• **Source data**
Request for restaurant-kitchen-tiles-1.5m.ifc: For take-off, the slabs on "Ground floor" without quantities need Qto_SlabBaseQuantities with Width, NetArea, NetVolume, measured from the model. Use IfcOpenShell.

First a look at what the model holds.

```python
import ifcopenshell
import ifcopenshell.util.element
import ifcopenshell.util.unit

model = ifcopenshell.open("restaurant-kitchen-tiles-1.5m.ifc")
print(model.schema)
for unit_type in ("LENGTHUNIT", "AREAUNIT", "VOLUMEUNIT"):
    print(unit_type, ifcopenshell.util.unit.calculate_unit_scale(model, unit_type))
storey = next(s for s in model.by_type("IfcBuildingStorey") if s.Name == "Ground floor")
slabs = [e for e in ifcopenshell.util.element.get_decomposition(storey) if e.is_a("IfcSlab")]
for e in sorted(slabs, key=lambda e: e.id()):
    print(e.id(), e.is_a(), e.Name, list(ifcopenshell.util.element.get_psets(e, qtos_only=True)), sep=" | ")
```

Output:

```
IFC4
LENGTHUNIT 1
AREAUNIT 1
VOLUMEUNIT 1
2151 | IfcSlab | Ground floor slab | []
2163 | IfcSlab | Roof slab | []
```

```python
import ifcopenshell
import ifcopenshell.api.pset
import ifcopenshell.geom
import ifcopenshell.util.element
import ifcopenshell.util.shape
import ifcopenshell.util.unit

model = ifcopenshell.open("restaurant-kitchen-tiles-1.5m.ifc")
unit_scale = ifcopenshell.util.unit.calculate_unit_scale(model)
area_scale = ifcopenshell.util.unit.calculate_unit_scale(model, "AREAUNIT")
volume_scale = ifcopenshell.util.unit.calculate_unit_scale(model, "VOLUMEUNIT")
settings = ifcopenshell.geom.settings()

storey = next(s for s in model.by_type("IfcBuildingStorey") if s.Name == "Ground floor")
slabs = [e for e in ifcopenshell.util.element.get_decomposition(storey) if e.is_a("IfcSlab")]

for e in sorted(slabs, key=lambda e: e.id()):
    if ifcopenshell.util.element.get_psets(e, qtos_only=True, should_inherit=False):
        continue
    # Geometry comes back in metres, in the element's own axes.
    shape = ifcopenshell.geom.create_shape(settings, e)
    values = {
        "Width": ifcopenshell.util.shape.get_z(shape.geometry) / unit_scale,
        "NetArea": ifcopenshell.util.shape.get_footprint_area(shape.geometry) / area_scale,
        "NetVolume": ifcopenshell.util.shape.get_volume(shape.geometry) / volume_scale,
    }
    qto = ifcopenshell.api.pset.add_qto(model, product=e, name="Qto_SlabBaseQuantities")
    ifcopenshell.api.pset.edit_qto(model, qto=qto, properties=values)
    print(e.id(), {k: round(v, 3) for k, v in values.items()})

model.write("restaurant-kitchen-tiles-1.5m_v2.ifc")
```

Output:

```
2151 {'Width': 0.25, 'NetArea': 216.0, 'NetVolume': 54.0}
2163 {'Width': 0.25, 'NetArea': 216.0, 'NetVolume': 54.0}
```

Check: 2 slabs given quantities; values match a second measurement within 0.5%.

• **Goal of the exercise**
The data should be transcribed exactly, line for line.

• **Task result**
Request for restaurant-kitchen-tiles-1.5m.ifc: For take-off, the slabs on "Ground floor" without quantities need Qto_SlabBaseQuantities with Width, NetArea, NetVolume, measured from the model. Use IfcOpenShell.

First a look at what the model holds.

```python
import ifcopenshell
import ifcopenshell.util.element
import ifcopenshell.util.unit

model = ifcopenshell.open("restaurant-kitchen-tiles-1.5m.ifc")
print(model.schema)
for unit_type in ("LENGTHUNIT", "AREAUNIT", "VOLUMEUNIT"):
    print(unit_type, ifcopenshell.util.unit.calculate_unit_scale(model, unit_type))
storey = next(s for s in model.by_type("IfcBuildingStorey") if s.Name == "Ground floor")
slabs = [e for e in ifcopenshell.util.element.get_decomposition(storey) if e.is_a("IfcSlab")]
for e in sorted(slabs, key=lambda e: e.id()):
    print(e.id(), e.is_a(), e.Name, list(ifcopenshell.util.element.get_psets(e, qtos_only=True)), sep=" | ")
```

Output:

```
IFC4
LENGTHUNIT 1
AREAUNIT 1
VOLUMEUNIT 1
2151 | IfcSlab | Ground floor slab | []
2163 | IfcSlab | Roof slab | []
```

```python
import ifcopenshell
import ifcopenshell.api.pset
import ifcopenshell.geom
import ifcopenshell.util.element
import ifcopenshell.util.shape
import ifcopenshell.util.unit

model = ifcopenshell.open("restaurant-kitchen-tiles-1.5m.ifc")
unit_scale = ifcopenshell.util.unit.calculate_unit_scale(model)
area_scale = ifcopenshell.util.unit.calculate_unit_scale(model, "AREAUNIT")
volume_scale = ifcopenshell.util.unit.calculate_unit_scale(model, "VOLUMEUNIT")
settings = ifcopenshell.geom.settings()

storey = next(s for s in model.by_type("IfcBuildingStorey") if s.Name == "Ground floor")
slabs = [e for e in ifcopenshell.util.element.get_decomposition(storey) if e.is_a("IfcSlab")]

for e in sorted(slabs, key=lambda e: e.id()):
    if ifcopenshell.util.element.get_psets(e, qtos_only=True, should_inherit=False):
        continue
    # Geometry comes back in metres, in the element's own axes.
    shape = ifcopenshell.geom.create_shape(settings, e)
    values = {
        "Width": ifcopenshell.util.shape.get_z(shape.geometry) / unit_scale,
        "NetArea": ifcopenshell.util.shape.get_footprint_area(shape.geometry) / area_scale,
        "NetVolume": ifcopenshell.util.shape.get_volume(shape.geometry) / volume_scale,
    }
    qto = ifcopenshell.api.pset.add_qto(model, product=e, name="Qto_SlabBaseQuantities")
    ifcopenshell.api.pset.edit_qto(model, qto=qto, properties=values)
    print(e.id(), {k: round(v, 3) for k, v in values.items()})

model.write("restaurant-kitchen-tiles-1.5m_v2.ifc")
```

Output:

```
2151 {'Width': 0.25, 'NetArea': 216.0, 'NetVolume': 54.0}
2163 {'Width': 0.25, 'NetArea': 216.0, 'NetVolume': 54.0}
```

Check: 2 slabs given quantities; values match a second measurement within 0.5%.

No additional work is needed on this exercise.